# how to make mobile unreachable ?



## esumitkumar (Oct 10, 2007)

hi frnds

Some of my frnds say u can make ur cell unreachable (mine is nokia 6600) by removing its battery n again inserting but when i do that it says switch off instead....how can we make mobile unreachable ..any trick ?


----------



## shashank_re (Oct 10, 2007)

If you are having Vodafone(hutch),even if you switch off the mobile . it says not reachable!


----------



## dd_wingrider (Oct 10, 2007)

what i used to do is to remove the sim and switch on the phone, so whosoever calls you will get "NOT REACHABLE" 
used to work for me, give it a try


----------



## esumitkumar (Oct 10, 2007)

^^dd...i tried above method but it says "the idea mobile u r trying has been switched off or out of coverage area, please try later" ..... 

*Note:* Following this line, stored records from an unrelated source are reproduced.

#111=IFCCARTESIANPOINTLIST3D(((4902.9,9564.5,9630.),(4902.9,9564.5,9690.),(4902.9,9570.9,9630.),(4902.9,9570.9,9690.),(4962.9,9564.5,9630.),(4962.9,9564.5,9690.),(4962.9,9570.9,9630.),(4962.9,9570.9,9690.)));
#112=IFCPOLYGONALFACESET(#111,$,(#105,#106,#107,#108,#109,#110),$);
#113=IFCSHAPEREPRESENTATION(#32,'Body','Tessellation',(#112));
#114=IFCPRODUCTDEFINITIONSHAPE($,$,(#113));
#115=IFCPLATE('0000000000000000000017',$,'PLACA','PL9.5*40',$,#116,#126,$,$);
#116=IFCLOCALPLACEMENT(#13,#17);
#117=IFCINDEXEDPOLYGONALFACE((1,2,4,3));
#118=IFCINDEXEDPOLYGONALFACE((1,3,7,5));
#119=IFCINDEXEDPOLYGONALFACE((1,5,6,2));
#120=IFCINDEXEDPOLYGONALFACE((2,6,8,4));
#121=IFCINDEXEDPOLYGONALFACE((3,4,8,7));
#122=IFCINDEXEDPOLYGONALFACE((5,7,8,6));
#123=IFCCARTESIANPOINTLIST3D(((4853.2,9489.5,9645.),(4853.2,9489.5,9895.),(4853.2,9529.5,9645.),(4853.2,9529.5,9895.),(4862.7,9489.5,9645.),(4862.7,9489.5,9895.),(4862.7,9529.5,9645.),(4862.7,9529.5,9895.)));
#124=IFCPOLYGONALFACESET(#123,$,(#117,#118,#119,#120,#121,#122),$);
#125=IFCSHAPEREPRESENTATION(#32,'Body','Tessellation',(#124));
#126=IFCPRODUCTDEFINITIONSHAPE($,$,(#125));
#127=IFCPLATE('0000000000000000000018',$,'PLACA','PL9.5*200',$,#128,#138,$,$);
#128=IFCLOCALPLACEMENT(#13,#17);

its not saying not reachable....any more ideas ?


----------



## Hitboxx (Oct 10, 2007)

Not sure on your phone, but on my E6 I got an option to turn off 'Antenna' which renders it unreachable.


----------



## int86 (Oct 10, 2007)

Very simple just make it unreachable. Just take battery, ofcourse when cell is on.

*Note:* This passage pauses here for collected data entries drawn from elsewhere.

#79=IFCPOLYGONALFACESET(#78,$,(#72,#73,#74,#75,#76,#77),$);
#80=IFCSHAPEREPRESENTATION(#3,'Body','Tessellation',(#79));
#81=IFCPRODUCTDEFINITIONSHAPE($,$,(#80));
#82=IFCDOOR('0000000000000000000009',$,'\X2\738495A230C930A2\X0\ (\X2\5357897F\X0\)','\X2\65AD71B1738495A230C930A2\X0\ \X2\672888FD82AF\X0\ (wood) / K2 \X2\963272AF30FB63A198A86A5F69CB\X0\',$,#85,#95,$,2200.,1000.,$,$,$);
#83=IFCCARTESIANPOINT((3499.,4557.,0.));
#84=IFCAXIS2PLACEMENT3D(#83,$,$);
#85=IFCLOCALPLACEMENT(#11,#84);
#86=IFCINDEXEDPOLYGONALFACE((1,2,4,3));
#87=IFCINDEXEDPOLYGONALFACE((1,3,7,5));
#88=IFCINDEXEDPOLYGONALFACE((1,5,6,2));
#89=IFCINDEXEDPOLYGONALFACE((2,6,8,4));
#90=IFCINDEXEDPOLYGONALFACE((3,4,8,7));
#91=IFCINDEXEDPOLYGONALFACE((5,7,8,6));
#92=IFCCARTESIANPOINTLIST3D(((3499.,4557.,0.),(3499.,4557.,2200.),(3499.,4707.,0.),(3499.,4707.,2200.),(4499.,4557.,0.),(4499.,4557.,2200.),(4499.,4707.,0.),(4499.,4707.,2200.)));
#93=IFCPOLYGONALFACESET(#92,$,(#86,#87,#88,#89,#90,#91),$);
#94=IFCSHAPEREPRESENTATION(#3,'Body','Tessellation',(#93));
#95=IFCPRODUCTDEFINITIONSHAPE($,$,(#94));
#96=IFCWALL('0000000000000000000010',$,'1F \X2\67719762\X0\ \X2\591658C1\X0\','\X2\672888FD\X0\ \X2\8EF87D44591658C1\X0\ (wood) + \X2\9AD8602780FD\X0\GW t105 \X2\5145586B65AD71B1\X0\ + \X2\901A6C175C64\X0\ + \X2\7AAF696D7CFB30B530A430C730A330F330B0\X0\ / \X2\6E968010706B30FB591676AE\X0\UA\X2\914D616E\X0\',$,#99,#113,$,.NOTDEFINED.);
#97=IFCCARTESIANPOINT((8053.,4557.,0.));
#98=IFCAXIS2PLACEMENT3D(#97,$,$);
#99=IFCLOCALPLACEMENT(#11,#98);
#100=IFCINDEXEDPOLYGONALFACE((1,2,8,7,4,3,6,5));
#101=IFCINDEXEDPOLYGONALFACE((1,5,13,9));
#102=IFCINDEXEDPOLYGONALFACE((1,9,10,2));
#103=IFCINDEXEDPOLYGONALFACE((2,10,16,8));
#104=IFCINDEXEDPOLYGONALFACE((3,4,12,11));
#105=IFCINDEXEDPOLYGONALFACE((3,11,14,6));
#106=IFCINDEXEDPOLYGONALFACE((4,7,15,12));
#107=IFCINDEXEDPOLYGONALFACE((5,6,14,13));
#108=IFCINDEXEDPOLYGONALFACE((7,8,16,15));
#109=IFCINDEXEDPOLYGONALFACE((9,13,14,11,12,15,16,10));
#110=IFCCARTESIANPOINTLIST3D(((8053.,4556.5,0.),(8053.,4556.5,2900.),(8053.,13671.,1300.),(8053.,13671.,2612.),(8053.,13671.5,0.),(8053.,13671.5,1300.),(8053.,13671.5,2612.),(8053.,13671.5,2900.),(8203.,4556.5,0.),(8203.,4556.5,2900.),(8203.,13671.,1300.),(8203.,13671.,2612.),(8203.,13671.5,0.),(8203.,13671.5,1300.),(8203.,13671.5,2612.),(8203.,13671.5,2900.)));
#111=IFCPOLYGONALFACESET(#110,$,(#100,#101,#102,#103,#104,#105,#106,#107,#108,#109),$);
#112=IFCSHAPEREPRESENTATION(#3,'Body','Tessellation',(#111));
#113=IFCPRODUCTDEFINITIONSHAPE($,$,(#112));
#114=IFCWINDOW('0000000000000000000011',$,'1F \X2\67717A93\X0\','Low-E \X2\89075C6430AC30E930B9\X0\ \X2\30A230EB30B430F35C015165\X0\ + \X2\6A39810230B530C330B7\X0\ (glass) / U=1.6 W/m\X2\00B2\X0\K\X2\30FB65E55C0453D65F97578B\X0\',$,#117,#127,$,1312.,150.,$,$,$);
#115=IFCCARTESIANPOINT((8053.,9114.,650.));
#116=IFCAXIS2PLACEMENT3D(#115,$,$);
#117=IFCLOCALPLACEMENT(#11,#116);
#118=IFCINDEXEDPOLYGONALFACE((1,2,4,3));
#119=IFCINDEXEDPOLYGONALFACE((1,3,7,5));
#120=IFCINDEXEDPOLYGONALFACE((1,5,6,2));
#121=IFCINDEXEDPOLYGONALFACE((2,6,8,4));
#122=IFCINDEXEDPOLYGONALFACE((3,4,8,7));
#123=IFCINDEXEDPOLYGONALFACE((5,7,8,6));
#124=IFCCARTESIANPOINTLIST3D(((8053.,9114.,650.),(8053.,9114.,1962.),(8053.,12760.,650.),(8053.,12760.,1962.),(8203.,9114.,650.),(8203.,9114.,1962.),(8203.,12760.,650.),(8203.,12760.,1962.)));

One more interesting thing. JUst get a mobile/landine number whose alerting message you want. Like "this phone is out of order" or always engage tone, like something that. And forward your calls to that. And you bacome a Undercover agent.

But mind it in this world truth prevails no good place for liars.


----------



## esumitkumar (Oct 10, 2007)

> Very simple just make it unreachable. Just take battery, ofcourse when cell is on


ye bhi kar chuka..still same message ..will try to do divert no technique 



> But mind it in this world truth prevails no good place for liars


i also dont appreciate lies..but what if ur office isnt giving u recognition for hard work and still calling u to work on sat/sun  ...


----------



## max_demon (Oct 10, 2007)

anyone knows callcheater . it is used for that purpose . we can even record message to play .


----------



## azzu (Oct 10, 2007)

ok Sumit bhai in idea there's no message named "THE MOBILE UR CALLING HAS BEEN SWITCHED OFF" but the message is "THE IDEA MOBILE UR CALLING HAS BEEN SWITCHED OFF OR OUT OF COVERAGE AREA" so u cant do much with it rather changing ur SIM .
in other opertaors message 1 is there
GOT my point ???


----------



## int86 (Oct 10, 2007)

esumitkumar said:
			
		

> i also dont appreciate lies..but what if ur office isnt giving u recognition for hard work and still calling u to work on sat/sun  ...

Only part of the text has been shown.